Understanding the assembly dump of the following program

Question

i have written a c program for printing the arguments

#include<stdio.h>
void main( int argc, char *argv[])
{
int i=0;
for(i=0;i<argc;i++)
printf("argument %d=%s\n",i,argv[i]);
}

The assembly dump for the above program using gdb i got is.

Dump of assembler code for function main:
0x00000000004004f4 <+0>:    push   %rbp
0x00000000004004f5 <+1>:    mov    %rsp,%rbp
0x00000000004004f8 <+4>:    sub    $0x20,%rsp
0x00000000004004fc <+8>:    mov    %edi,-0x14(%rbp)
0x00000000004004ff <+11>:   mov    %rsi,-0x20(%rbp)
0x0000000000400503 <+15>:   movl   $0x0,-0x4(%rbp)
0x000000000040050a <+22>:   movl   $0x0,-0x4(%rbp)
0x0000000000400511 <+29>:   jmp    0x40053e <main+74>
0x0000000000400513 <+31>:   mov    -0x4(%rbp),%eax
0x0000000000400516 <+34>:   cltq   
0x0000000000400518 <+36>:   shl    $0x3,%rax
0x000000000040051c <+40>:   add    -0x20(%rbp),%rax
0x0000000000400520 <+44>:   mov    (%rax),%rdx
0x0000000000400523 <+47>:   mov    $0x40063c,%eax
0x0000000000400528 <+52>:   mov    -0x4(%rbp),%ecx
0x000000000040052b <+55>:   mov    %ecx,%esi
0x000000000040052d <+57>:   mov    %rax,%rdi
0x0000000000400530 <+60>:   mov    $0x0,%eax
0x0000000000400535 <+65>:   callq  0x4003f0 <printf@plt>
0x000000000040053a <+70>:   addl   $0x1,-0x4(%rbp)
0x000000000040053e <+74>:   mov    -0x4(%rbp),%eax
0x0000000000400541 <+77>:   cmp    -0x14(%rbp),%eax
0x0000000000400544 <+80>:   jl     0x400513 <main+31>
0x0000000000400546 <+82>:   leaveq 
0x0000000000400547 <+83>:   retq   
End of assembler dump.

Now what i want is " The memory locations (addresses) at which the argument is passing. for eg if i run the program as " arg 1" it prints the arguments. Now I want to know on which instruction it is extracting this argument ,or which register holds the arguments (also take the case if i pass more than 1 argument.. (will this tell me the memory address on which it resides?)

Answer 1

I want to know on which instruction it is extracting this argument ,or which register holds the arguments

This sort of question is best answered by obtaining an assembly language reference manual for the target machine and studying it. However, your specific questions are easily answered by examination without being very familiar with the specifics of the assembly language:

0x0000000000400503 <+15>:   movl   $0x0,-0x4(%rbp)
0x000000000040050a <+22>:   movl   $0x0,-0x4(%rbp)

This is the code generated for the redundant i = 0 statements.

0x0000000000400513 <+31>:   mov    -0x4(%rbp),%eax

The value of i is now in the %eax register.

0x0000000000400518 <+36>:   shl    $0x3,%rax
0x000000000040051c <+40>:   add    -0x20(%rbp),%rax

This calculates the address of argv[i] and puts it in the %rax register.

0x0000000000400520 <+44>:   mov    (%rax),%rdx

This loads the value of argv[i] into the %rdx register. Code following calls printf with i and argv[i] as arguments.

Now what i want is " The memory locations (addresses) at which the argument is passing.

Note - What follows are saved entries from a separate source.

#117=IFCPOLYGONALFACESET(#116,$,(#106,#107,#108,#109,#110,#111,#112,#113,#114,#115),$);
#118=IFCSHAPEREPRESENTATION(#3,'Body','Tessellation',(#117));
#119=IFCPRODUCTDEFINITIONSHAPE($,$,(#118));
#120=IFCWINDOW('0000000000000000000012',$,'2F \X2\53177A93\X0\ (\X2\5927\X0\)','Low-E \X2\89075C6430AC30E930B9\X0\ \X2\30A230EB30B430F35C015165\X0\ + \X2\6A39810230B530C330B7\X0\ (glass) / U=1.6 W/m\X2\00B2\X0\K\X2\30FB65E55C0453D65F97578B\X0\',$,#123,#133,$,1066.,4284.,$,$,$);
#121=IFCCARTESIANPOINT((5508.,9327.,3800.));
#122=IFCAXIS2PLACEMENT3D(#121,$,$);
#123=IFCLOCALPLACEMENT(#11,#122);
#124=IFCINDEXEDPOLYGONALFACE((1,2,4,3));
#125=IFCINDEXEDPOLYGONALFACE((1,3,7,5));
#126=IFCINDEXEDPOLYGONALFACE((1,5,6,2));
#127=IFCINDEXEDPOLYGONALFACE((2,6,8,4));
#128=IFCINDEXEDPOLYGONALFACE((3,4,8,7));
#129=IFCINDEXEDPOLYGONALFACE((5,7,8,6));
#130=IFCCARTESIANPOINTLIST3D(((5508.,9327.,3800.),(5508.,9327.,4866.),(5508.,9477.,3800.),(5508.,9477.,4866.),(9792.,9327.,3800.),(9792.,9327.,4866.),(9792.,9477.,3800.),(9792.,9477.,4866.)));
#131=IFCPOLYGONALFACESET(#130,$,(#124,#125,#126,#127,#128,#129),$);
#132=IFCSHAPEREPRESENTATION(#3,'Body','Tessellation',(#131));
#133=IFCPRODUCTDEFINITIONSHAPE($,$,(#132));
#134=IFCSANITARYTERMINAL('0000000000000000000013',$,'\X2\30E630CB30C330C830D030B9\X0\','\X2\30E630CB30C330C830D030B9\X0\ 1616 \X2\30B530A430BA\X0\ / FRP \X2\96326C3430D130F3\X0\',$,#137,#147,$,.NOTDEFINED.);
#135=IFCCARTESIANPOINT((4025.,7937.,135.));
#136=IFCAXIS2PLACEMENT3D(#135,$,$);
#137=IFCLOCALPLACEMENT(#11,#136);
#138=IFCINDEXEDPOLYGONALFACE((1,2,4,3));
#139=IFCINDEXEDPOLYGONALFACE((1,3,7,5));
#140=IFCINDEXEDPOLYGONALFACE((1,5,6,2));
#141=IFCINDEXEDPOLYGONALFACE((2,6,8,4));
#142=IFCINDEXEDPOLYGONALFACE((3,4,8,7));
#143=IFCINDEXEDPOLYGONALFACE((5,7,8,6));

You can no more determine that by looking at the asm than you can determine the value of argc by looking at the asm ... these are values that vary and are only determined when actually running the program. If you want to determine the address at runtime, you could use

printf("address of argv = %p\n", (void*)argv);

If that's what you want, then dumping asm and learning what it means is unnecessary and not relevant to your goal.

Answer 2

Since you are using gdb to debug, I guess you might use Linux. Then, use gcc -S -Wall -fverbose-asm foo.c (possibly with optimization flags like -O2) to get a more understandable foo.s assembly file, assuming your file is foo.c (if it is hello.c replace foo by hello). Then look inside foo.s with an editor (like gedit or emacs).

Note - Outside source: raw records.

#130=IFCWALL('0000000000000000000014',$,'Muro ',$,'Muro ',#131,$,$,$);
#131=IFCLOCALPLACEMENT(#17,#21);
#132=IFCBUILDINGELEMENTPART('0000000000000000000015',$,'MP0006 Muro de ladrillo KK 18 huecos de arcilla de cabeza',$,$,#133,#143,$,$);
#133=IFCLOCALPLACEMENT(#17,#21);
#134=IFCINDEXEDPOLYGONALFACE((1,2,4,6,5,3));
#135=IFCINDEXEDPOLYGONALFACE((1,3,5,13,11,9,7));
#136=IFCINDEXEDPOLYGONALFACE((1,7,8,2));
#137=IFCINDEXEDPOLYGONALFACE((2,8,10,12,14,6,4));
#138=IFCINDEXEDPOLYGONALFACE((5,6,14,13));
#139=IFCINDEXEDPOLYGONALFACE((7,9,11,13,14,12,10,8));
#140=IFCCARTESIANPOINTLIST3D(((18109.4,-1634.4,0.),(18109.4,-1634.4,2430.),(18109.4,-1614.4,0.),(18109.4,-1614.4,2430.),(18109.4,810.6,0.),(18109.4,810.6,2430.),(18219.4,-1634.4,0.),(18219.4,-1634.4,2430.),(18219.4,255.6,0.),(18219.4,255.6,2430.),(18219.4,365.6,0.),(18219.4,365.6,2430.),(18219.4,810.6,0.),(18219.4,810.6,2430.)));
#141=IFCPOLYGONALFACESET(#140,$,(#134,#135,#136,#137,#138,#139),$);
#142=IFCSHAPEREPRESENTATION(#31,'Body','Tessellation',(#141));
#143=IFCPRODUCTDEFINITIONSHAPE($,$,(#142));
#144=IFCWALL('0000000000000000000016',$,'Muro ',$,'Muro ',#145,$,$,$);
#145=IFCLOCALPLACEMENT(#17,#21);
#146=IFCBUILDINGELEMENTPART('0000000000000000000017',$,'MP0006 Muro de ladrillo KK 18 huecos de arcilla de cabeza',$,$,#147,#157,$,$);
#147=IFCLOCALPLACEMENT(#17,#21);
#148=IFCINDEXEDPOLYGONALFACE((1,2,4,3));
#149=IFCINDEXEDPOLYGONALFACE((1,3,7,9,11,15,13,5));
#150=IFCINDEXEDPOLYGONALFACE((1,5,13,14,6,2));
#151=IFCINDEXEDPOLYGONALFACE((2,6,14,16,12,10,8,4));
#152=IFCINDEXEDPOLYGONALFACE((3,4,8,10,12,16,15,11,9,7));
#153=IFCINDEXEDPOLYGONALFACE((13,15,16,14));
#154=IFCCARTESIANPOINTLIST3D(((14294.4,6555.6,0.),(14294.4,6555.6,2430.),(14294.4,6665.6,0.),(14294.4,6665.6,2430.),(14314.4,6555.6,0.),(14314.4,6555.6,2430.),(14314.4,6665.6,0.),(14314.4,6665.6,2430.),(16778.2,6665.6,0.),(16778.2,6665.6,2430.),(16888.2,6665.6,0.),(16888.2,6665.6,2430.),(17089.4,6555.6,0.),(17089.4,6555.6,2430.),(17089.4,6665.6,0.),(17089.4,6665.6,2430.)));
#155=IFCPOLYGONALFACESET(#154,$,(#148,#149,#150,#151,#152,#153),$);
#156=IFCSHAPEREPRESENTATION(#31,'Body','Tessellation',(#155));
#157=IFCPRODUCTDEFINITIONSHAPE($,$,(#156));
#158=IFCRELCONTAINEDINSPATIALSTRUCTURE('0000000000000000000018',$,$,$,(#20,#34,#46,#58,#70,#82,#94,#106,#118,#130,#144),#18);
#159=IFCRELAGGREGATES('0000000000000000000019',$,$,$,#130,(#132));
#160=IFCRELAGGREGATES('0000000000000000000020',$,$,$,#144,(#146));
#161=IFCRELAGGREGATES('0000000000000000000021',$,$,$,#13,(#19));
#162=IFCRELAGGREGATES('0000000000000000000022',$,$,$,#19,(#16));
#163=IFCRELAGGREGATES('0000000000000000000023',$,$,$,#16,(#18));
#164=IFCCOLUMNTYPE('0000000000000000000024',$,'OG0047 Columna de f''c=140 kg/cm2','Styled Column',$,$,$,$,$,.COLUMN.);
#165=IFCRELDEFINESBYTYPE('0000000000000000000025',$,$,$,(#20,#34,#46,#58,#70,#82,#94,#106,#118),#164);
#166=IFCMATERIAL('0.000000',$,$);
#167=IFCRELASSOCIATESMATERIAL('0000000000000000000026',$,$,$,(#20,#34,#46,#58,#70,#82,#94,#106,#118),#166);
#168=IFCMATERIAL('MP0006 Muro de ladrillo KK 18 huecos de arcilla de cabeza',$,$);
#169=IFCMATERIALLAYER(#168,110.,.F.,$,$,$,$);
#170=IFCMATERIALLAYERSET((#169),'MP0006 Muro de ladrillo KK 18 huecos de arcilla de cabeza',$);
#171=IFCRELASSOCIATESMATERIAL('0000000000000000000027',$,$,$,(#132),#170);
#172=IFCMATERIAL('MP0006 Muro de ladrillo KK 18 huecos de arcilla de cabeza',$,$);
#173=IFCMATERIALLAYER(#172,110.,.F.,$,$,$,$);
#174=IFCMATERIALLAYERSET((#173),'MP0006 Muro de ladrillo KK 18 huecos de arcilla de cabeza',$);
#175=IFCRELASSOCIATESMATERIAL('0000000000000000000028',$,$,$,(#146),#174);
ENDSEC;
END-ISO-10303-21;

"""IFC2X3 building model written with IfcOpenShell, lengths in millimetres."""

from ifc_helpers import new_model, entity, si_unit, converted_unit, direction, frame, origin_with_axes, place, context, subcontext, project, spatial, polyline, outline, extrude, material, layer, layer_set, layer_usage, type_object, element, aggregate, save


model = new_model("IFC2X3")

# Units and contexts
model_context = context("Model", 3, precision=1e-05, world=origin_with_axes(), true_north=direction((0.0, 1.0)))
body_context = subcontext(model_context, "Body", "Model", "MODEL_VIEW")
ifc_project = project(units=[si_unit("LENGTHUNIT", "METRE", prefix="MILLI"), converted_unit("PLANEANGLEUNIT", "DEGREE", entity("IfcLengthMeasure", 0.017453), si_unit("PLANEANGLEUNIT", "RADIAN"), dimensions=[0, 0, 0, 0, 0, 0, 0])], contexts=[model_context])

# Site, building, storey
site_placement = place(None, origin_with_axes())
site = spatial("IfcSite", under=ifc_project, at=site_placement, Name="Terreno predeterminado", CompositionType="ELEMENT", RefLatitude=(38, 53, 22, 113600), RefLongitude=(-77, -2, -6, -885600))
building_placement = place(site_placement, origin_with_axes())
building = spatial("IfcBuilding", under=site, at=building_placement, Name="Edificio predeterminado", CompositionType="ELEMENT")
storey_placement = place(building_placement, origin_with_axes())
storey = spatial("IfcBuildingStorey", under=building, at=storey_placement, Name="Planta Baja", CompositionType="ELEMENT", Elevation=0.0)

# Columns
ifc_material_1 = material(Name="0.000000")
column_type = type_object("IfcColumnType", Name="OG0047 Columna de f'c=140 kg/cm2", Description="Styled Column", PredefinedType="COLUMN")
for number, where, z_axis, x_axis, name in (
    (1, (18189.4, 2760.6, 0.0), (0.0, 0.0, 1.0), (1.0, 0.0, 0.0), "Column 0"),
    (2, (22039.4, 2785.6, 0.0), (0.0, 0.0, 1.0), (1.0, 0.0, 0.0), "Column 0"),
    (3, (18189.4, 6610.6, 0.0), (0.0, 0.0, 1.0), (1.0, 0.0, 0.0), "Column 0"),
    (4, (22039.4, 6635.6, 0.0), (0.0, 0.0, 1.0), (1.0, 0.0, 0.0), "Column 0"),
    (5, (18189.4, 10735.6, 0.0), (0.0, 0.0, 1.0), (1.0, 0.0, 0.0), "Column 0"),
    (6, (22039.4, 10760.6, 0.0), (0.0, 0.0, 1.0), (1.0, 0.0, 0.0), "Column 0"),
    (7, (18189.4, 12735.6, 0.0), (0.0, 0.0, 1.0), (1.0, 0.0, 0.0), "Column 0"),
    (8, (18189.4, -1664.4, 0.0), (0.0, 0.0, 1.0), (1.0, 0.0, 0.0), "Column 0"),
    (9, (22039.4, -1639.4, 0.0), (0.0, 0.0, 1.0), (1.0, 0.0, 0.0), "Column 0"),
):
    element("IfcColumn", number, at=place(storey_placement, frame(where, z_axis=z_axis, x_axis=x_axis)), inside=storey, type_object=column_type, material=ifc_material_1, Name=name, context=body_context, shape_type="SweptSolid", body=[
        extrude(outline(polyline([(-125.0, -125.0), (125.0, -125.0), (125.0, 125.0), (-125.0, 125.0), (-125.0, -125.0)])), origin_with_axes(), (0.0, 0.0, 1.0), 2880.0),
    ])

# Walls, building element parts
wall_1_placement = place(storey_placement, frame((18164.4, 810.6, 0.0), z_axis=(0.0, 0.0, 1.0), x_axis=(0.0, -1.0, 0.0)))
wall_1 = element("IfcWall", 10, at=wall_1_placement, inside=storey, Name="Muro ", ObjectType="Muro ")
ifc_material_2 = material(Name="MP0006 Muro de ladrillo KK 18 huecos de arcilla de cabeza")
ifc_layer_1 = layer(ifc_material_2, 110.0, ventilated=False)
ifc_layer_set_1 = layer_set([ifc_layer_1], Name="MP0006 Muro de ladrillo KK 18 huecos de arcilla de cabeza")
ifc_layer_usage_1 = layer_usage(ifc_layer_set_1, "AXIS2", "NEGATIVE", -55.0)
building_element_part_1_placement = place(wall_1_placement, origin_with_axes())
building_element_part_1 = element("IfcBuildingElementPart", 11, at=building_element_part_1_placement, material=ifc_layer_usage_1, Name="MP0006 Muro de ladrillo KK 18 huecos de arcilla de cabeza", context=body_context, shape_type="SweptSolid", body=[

And main is almost an ordinary function (except its signature has to be what is permitted by the standard, e.g. int main(int argc, char**argv) ....) and it is called by crt0.o (compile with gcc -v to learn which one).

You might want to read the Linux Assembly Howto and e.g. the x86-64 ABI and the x86 calling convention wikipage.

Notice that without any optimization flags (e.g. -O1 or -O2) the gcc compiler generates very naive code.